There’s a question that kills most vertical SaaS ideas in 2026, and most founders aren’t asking it early enough:
What value do you provide above ChatGPT?
Not above other startups. Not above incumbents. Above the thing that 900 million people already use weekly, that already reads PDFs, that already summarises documents, that already answers questions in plain English.
If your product is “upload a document, get a summary,” you’re dead. ChatGPT does that. Claude does that. Gemini does that. The user already has three free options that are 80-90% as good as whatever you’re building, and they don’t need to create an account or learn a new interface to use them.
The graveyard of “AI-powered analysis”
I’ve been thinking about this in the context of property document analysis — specifically strata reports, the dense legal-financial documents that come with apartment purchases in Australia. There’s a real market here: buyers need to understand these documents, and most can’t parse 300 pages of meeting minutes, financial statements, and building defect reports.
So the obvious product is: upload your strata report, get a plain-English risk summary. And it works. People find it useful.
The problem is that ChatGPT also works. You can upload the same PDF, ask “what should I worry about?”, and get a competent answer. Maybe not as well-structured. Maybe it misses some domain-specific nuances.

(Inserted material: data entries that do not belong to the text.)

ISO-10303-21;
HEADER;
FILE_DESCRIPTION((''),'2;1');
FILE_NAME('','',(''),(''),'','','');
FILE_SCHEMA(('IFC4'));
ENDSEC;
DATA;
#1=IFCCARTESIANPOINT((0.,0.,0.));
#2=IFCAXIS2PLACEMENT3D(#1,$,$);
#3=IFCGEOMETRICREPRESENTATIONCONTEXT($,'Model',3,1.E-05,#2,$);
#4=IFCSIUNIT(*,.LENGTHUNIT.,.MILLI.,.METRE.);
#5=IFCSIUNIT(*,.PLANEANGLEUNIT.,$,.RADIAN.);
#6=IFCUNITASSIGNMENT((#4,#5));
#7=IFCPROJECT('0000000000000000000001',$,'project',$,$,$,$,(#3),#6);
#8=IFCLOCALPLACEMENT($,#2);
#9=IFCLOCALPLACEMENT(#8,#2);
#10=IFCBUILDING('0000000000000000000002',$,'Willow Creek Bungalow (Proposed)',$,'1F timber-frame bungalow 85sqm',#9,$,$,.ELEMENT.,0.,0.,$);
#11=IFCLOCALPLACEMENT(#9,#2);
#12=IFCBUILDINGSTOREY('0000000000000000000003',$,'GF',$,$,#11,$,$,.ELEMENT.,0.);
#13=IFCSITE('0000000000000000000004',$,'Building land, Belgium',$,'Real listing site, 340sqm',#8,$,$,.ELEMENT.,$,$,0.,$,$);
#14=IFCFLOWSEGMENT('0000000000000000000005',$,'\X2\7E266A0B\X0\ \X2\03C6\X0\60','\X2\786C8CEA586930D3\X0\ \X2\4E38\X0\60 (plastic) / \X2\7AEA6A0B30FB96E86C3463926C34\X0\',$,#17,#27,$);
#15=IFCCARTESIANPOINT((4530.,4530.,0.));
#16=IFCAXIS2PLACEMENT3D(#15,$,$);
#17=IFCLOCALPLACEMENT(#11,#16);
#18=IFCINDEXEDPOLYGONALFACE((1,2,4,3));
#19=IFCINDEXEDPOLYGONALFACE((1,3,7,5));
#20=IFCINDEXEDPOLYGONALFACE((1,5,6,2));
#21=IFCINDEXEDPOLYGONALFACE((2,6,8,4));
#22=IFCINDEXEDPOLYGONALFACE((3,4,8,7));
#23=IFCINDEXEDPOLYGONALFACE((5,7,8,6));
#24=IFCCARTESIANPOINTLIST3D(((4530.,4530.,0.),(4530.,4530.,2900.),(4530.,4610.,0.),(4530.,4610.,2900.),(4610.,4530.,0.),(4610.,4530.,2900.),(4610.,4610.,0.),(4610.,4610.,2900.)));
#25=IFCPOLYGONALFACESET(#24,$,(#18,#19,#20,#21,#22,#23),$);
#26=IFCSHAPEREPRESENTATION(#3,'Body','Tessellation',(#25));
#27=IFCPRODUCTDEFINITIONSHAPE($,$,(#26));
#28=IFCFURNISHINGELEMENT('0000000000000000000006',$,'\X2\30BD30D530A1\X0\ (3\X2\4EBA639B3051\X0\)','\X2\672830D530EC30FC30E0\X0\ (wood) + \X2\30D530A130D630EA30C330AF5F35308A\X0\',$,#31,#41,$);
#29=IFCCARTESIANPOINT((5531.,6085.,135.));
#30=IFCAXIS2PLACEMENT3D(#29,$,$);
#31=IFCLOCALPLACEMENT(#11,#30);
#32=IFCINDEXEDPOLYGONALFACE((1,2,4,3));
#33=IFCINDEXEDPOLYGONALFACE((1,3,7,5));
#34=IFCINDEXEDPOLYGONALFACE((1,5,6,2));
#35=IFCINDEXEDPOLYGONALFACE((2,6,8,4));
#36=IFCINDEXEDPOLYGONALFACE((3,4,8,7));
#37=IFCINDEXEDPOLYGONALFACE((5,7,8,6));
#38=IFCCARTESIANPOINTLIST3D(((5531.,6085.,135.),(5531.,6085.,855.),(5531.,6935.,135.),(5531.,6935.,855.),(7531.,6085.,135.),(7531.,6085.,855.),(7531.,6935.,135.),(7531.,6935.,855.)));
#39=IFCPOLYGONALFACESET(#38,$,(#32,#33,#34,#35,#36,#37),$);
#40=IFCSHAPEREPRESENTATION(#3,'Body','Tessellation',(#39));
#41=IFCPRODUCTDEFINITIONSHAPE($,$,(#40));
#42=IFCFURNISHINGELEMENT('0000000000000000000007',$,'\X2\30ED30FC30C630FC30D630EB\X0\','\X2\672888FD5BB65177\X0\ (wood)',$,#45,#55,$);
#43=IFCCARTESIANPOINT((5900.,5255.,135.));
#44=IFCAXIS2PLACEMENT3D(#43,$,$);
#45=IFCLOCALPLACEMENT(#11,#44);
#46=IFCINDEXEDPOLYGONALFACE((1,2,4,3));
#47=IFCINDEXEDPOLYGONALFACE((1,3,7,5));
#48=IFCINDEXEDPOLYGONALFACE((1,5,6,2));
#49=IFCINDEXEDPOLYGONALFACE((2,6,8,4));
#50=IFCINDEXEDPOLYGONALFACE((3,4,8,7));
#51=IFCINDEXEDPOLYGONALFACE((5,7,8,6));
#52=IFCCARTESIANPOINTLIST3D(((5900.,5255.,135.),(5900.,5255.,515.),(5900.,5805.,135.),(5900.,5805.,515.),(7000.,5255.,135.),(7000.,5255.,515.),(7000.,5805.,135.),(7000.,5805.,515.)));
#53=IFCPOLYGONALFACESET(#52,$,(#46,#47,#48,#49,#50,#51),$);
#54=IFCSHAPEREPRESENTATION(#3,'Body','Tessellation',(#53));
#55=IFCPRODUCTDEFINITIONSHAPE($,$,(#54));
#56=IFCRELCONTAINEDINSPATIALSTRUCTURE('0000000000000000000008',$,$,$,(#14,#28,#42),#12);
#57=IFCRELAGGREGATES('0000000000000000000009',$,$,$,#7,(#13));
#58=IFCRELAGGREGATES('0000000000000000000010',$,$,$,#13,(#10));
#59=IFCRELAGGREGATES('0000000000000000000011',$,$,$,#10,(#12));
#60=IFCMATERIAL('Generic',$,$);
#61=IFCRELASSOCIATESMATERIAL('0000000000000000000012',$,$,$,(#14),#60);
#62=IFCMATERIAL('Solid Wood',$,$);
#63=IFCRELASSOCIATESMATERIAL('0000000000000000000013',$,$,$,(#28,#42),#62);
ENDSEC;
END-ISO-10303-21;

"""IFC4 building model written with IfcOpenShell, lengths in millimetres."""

from ifc_helpers import new_model, si_unit, frame, frame_2d, origin, place, context, project, spatial, rectangle, extrude, material, element, save


model = new_model("IFC4")

# Units and contexts
model_context = context("Model", 3, precision=1e-05, world=origin())
ifc_project = project(units=[si_unit("LENGTHUNIT", "METRE", prefix="MILLI"), si_unit("PLANEANGLEUNIT", "RADIAN")], contexts=[model_context])

# Site, building, storey
site_placement = place(None, origin())
site = spatial("IfcSite", under=ifc_project, at=site_placement, Name="Building land, Belgium", ObjectType="Real listing site, 340sqm", CompositionType="ELEMENT", RefElevation=0.0)
building_placement = place(site_placement, origin())
building = spatial("IfcBuilding", under=site, at=building_placement, Name="Willow Creek Bungalow (Proposed)", ObjectType="1F timber-frame bungalow 85sqm", CompositionType="ELEMENT", ElevationOfRefHeight=0.0, ElevationOfTerrain=0.0)
storey_placement = place(building_placement, origin())
storey = spatial("IfcBuildingStorey", under=building, at=storey_placement, Name="GF", CompositionType="ELEMENT", Elevation=0.0)

# Shared definitions
ifc_material_1 = material(Name="Solid Wood")

# Shared definitions
ifc_material_2 = material(Name="Generic")

# Flow segment
flow_segment_1_placement = place(storey_placement, frame((4530.0, 4530.0, 0.0)))
element("IfcFlowSegment", 1, at=flow_segment_1_placement, inside=storey, material=ifc_material_2, Name="縦樋 φ60", Description="硬質塩ビ 丸60 (plastic) / 竪樋・雨水排水", context=model_context, shape_type="SweptSolid", body=[
    extrude(rectangle(XDim=80.0, YDim=80.0, at=frame_2d((40.0, 40.0))), frame((4530.0, 4530.0, 0.0)), (0.0, 0.0, 1.0), 2900.0),
])

# Furnishing elements
furnishing_1_placement = place(storey_placement, frame((5531.0, 6085.0, 135.0)))
element("IfcFurnishingElement", 2, at=furnishing_1_placement, inside=storey, material=ifc_material_1, Name="ソファ (3人掛け)", Description="木フレーム (wood) + ファブリック張り", context=model_context, shape_type="SweptSolid", body=[
    extrude(rectangle(XDim=2000.0, YDim=850.0, at=frame_2d((1000.0, 425.0))), frame((5531.0, 6085.0, 135.0)), (0.0, 0.0, 1.0), 720.0),
])
furnishing_2_placement = place(storey_placement, frame((5900.0, 5255.0, 135.0)))
element("IfcFurnishingElement", 3, at=furnishing_2_placement, inside=storey, material=ifc_material_1, Name="ローテーブル", Description="木製家具 (wood)", context=model_context, shape_type="SweptSolid", body=[
    extrude(rectangle(XDim=1100.0, YDim=550.0, at=frame_2d((550.0, 275.0))), frame((5900.0, 5255.0, 135.0)), (0.0, 0.0, 1.0), 380.0),
])

save(model, "model.ifc")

But it’s good enough for most buyers making a one-off purchase decision.
This extends to every adjacent document type. Building inspection reports? ChatGPT reads those. Planning certificates? ChatGPT reads those. Commercial leases? ChatGPT reads those too.
Any product whose core value proposition is “we read your document with AI” is competing against a general-purpose tool that reads documents with AI. That’s not a market — it’s a feature of something everyone already has.
Where the moat actually lives
The moat isn’t in the AI. The moat is in the database.
Consider what happens when you’ve analysed not one strata report but 88,000 of them. Now you can say things that ChatGPT literally cannot:
- “This building’s levies are in the 92nd percentile for its age and suburb."
- "Buildings with this pattern of defects have a 3x higher rate of special levies within two years."
- "The average levy increase in Parramatta this year is 8.2%. This building is at 15%.”
None of these insights come from reading one document. They come from reading tens of thousands. ChatGPT has seen zero strata reports in its training data (they’re not public documents). It cannot benchmark. It cannot compare. It can only summarise what’s in front of it.
This is the general principle: aggregated intelligence across thousands of domain-specific documents is defensible. One-off document analysis is not.
The database, not the AI
This reframes what a vertical SaaS subscription should actually sell.
A $50/month plan that says “we’ll analyse your PDFs with AI” is worth approximately $0, because the customer can do that for free. A $50/month plan that says “you get access to benchmarks derived from 88,000 analysed documents, longitudinal tracking of your buildings over time, and portfolio-level risk scoring that requires our dataset” — that’s worth paying for, because it’s impossible to replicate with a general-purpose chat tool.
The subscription sells the database. The AI is just the interface.
Longitudinal tracking: the quiet moat
There’s a second defensible angle that’s easy to overlook: tracking things over time. ChatGPT is stateless. Even with memory features, it doesn’t maintain structured records across years.
A product that says “upload this year’s AGM minutes and we’ll compare them to last year’s, track levy trends over five years, and alert you when the capital works fund drops below a safe threshold” — that requires persistent, structured state that a chat interface fundamentally doesn’t provide. It’s not just that ChatGPT can’t do this today. It’s that the architecture of a conversation-based tool is wrong for it.
The uncomfortable implication
Here’s the part most founders don’t want to hear: if you’re building in a vertical where you don’t have (or can’t build) a proprietary dataset, ChatGPT might genuinely be good enough for your users. The correct response isn’t to add more AI features to your wrapper. It’s to either:
- Build density. Acquire enough domain-specific data that your benchmarks become valuable. This takes time and usually means surviving on thin margins while the dataset grows.
- Build workflow, not analysis. Embed yourself in the user’s process — professional report generation, compliance tracking, client management — where the value is in the system, not the insight.
- Acknowledge the commodity. Maybe you’re a thin interface layer, and that’s fine, as long as you price accordingly and don’t pretend the AI is your moat.
The worst position is charging a premium for something that’s free elsewhere while telling yourself your AI is better. It might be. But “slightly better” isn’t a moat when the free alternative is good enough.
Sell the database. Build the dataset. That’s where the value lives.